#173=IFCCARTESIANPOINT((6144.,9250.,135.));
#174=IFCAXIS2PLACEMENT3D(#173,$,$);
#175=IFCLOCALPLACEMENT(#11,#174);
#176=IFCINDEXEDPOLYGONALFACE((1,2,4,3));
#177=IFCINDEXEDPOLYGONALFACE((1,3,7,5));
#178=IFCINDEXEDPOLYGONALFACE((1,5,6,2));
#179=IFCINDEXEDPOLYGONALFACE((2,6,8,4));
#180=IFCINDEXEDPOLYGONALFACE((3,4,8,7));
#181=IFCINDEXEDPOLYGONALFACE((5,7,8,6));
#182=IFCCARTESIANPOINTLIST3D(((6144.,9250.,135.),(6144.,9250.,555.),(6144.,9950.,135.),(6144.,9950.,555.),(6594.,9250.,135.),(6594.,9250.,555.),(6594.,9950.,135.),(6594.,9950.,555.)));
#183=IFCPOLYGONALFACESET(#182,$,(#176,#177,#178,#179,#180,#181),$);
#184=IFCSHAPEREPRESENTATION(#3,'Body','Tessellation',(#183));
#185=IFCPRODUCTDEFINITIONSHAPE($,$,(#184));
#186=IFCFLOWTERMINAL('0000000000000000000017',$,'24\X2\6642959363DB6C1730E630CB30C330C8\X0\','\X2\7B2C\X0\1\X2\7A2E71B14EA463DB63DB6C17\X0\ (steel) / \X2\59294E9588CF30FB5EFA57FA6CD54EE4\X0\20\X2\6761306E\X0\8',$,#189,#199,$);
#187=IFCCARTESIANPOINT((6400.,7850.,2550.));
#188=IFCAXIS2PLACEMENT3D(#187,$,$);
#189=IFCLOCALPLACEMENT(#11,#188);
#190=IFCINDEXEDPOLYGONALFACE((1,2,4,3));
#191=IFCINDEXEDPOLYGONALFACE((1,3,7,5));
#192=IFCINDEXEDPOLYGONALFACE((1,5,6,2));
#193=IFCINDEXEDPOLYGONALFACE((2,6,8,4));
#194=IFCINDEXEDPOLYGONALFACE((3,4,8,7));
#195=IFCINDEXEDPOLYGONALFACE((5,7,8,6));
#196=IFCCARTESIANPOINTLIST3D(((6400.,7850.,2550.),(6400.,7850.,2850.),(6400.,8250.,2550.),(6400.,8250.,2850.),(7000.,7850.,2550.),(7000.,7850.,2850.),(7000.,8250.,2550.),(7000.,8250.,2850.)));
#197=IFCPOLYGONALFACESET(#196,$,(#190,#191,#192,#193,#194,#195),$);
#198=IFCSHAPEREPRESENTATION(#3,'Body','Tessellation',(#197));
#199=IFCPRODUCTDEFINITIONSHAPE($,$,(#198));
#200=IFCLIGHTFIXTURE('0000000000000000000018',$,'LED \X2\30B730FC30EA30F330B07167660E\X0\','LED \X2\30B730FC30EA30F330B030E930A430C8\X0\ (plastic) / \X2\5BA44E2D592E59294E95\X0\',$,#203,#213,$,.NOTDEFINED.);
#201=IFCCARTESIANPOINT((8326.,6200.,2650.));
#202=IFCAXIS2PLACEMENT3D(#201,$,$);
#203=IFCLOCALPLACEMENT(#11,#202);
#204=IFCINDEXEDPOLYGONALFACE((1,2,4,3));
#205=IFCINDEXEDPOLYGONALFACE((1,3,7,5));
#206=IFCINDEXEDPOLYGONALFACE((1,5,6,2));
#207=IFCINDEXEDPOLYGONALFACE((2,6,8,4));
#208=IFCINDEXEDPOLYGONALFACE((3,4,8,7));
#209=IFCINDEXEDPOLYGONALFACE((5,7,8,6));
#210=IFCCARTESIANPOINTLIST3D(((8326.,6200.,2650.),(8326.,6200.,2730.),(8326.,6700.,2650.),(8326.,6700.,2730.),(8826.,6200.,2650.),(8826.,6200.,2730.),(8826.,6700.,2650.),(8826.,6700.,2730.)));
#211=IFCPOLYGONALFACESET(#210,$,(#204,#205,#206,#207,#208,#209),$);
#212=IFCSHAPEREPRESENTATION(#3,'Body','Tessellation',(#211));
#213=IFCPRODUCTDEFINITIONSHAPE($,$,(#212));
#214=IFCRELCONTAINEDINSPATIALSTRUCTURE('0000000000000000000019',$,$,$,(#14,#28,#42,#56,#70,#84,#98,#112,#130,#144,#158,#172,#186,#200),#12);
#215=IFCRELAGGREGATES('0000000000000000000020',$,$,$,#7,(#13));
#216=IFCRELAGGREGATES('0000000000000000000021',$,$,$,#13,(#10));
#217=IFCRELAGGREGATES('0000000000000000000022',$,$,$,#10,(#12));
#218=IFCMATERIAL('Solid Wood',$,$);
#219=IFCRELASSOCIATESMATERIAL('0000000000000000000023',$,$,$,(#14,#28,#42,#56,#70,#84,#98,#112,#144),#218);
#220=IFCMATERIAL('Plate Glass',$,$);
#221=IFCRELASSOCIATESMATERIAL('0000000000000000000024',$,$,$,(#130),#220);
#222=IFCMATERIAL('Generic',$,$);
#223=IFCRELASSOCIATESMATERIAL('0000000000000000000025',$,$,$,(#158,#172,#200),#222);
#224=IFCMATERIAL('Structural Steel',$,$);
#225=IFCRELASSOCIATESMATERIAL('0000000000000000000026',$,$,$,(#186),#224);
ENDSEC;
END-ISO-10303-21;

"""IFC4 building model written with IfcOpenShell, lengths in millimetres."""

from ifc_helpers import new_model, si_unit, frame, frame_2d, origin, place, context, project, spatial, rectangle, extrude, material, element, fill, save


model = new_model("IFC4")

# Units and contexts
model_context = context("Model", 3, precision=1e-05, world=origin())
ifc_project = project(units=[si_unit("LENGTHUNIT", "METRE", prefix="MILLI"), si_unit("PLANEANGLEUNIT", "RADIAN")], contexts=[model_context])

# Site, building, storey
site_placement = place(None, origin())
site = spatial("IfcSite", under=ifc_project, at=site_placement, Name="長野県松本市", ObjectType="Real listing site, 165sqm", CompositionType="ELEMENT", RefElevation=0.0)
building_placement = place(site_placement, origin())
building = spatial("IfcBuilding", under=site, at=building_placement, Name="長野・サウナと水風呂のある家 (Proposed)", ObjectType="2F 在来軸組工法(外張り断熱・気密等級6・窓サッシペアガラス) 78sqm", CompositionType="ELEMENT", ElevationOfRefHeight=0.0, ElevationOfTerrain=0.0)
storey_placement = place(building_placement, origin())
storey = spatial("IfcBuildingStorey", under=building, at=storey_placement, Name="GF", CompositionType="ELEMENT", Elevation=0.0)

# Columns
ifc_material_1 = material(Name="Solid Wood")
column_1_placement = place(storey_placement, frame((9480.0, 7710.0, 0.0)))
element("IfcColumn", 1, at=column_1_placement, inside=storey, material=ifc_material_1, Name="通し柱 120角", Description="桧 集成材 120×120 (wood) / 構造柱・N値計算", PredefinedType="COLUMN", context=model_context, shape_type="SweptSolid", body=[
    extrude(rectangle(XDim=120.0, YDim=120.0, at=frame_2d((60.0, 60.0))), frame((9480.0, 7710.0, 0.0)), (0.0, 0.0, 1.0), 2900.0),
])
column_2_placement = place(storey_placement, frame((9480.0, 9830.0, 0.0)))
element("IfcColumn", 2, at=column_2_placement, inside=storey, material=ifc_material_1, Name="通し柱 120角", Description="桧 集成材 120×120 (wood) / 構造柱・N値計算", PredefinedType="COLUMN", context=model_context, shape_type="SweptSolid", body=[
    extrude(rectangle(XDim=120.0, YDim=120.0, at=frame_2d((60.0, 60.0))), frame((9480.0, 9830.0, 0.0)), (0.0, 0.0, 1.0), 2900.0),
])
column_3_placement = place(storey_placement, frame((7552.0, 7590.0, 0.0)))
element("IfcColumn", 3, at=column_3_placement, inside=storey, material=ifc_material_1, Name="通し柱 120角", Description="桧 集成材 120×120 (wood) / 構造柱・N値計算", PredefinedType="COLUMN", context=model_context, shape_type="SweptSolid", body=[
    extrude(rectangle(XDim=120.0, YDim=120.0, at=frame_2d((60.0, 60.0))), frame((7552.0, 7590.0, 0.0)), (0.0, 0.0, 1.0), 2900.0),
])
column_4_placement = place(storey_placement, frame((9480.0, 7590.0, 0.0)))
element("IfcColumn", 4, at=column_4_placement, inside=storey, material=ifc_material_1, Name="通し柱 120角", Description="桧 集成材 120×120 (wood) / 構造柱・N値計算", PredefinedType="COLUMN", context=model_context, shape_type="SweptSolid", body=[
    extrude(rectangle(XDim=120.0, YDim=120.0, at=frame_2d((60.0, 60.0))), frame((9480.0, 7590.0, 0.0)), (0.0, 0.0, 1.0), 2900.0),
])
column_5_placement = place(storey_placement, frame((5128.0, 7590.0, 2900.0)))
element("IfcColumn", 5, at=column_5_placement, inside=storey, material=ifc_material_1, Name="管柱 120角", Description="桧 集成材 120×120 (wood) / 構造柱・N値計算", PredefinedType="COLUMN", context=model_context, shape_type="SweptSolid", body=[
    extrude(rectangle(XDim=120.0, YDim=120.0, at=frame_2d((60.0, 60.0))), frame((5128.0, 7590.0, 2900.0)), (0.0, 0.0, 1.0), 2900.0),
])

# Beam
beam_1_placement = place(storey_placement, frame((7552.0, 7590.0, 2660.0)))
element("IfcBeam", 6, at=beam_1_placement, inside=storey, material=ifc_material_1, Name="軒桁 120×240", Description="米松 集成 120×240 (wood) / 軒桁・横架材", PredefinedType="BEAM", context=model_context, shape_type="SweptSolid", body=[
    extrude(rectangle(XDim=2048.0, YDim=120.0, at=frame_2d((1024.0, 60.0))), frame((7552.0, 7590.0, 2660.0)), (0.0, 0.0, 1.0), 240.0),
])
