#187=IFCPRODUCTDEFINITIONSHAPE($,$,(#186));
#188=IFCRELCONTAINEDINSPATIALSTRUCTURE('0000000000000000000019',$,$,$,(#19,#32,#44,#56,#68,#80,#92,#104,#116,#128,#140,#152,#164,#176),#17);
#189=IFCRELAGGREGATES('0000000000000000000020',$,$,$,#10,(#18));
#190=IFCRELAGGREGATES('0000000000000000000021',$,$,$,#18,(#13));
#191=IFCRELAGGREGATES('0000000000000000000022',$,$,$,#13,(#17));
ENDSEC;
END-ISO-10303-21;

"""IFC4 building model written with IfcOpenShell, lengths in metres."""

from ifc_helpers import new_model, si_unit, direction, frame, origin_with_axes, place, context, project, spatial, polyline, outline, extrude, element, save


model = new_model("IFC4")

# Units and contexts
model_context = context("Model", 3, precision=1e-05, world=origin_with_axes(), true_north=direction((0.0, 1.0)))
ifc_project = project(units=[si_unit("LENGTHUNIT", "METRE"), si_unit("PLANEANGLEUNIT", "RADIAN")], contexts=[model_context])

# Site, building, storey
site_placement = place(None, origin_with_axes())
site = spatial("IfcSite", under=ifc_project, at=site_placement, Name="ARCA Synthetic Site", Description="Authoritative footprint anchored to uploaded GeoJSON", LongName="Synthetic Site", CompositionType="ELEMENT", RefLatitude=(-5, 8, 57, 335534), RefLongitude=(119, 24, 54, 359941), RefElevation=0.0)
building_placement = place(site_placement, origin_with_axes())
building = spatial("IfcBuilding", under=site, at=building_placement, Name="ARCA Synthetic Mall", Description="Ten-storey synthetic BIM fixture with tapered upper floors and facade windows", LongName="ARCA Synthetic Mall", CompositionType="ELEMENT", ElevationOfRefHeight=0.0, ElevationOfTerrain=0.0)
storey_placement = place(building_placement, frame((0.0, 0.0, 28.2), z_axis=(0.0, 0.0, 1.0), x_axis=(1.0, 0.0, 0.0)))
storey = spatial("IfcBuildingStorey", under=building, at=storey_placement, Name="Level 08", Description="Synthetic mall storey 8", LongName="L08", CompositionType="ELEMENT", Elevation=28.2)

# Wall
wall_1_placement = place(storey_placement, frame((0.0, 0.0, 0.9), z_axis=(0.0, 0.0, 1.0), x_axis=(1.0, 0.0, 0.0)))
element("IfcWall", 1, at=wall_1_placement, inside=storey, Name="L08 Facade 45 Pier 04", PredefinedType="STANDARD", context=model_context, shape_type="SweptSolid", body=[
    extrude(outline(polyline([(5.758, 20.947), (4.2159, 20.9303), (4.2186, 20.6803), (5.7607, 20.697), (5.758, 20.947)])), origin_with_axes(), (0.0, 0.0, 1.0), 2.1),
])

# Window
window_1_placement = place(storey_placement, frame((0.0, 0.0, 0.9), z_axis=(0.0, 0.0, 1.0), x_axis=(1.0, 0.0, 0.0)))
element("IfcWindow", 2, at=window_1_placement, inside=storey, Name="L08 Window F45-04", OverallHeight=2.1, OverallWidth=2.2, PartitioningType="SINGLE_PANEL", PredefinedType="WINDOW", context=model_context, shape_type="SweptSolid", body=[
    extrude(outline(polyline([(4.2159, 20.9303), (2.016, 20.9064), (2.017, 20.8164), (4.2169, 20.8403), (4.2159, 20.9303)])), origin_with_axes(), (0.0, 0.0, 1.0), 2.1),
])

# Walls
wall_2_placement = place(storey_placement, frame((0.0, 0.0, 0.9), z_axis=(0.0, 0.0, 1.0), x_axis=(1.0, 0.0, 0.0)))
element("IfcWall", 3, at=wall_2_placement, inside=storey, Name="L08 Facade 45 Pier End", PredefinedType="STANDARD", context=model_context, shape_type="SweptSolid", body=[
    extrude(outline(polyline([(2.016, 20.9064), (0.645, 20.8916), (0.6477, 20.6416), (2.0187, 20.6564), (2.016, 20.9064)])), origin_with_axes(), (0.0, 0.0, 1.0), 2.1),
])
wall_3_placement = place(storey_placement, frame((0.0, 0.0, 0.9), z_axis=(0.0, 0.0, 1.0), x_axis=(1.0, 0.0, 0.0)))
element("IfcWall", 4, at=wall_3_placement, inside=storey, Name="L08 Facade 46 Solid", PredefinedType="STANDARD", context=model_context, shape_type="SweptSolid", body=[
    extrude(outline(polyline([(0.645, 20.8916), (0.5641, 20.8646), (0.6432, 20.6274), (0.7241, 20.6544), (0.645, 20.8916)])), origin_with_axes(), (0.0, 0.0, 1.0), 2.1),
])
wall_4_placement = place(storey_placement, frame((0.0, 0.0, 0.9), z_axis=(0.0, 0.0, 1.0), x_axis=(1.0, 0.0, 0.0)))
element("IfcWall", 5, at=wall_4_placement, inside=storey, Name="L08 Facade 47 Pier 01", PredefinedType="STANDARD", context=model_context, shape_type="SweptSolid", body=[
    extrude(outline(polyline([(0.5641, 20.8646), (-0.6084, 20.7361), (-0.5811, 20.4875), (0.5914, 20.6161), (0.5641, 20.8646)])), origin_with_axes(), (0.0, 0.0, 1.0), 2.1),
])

━━━━

• **WHAT THE EXERCISE ASKS**:
Copy all lines from the data above that contain the word "save".

• **SOLUTION**:
from ifc_helpers import new_model, si_unit, frame, frame_2d, origin, place, context, project, spatial, rectangle, extrude, material, element, fill, save
from ifc_helpers import new_model, si_unit, direction, frame, origin_with_axes, place, context, project, spatial, polyline, outline, extrude, element, save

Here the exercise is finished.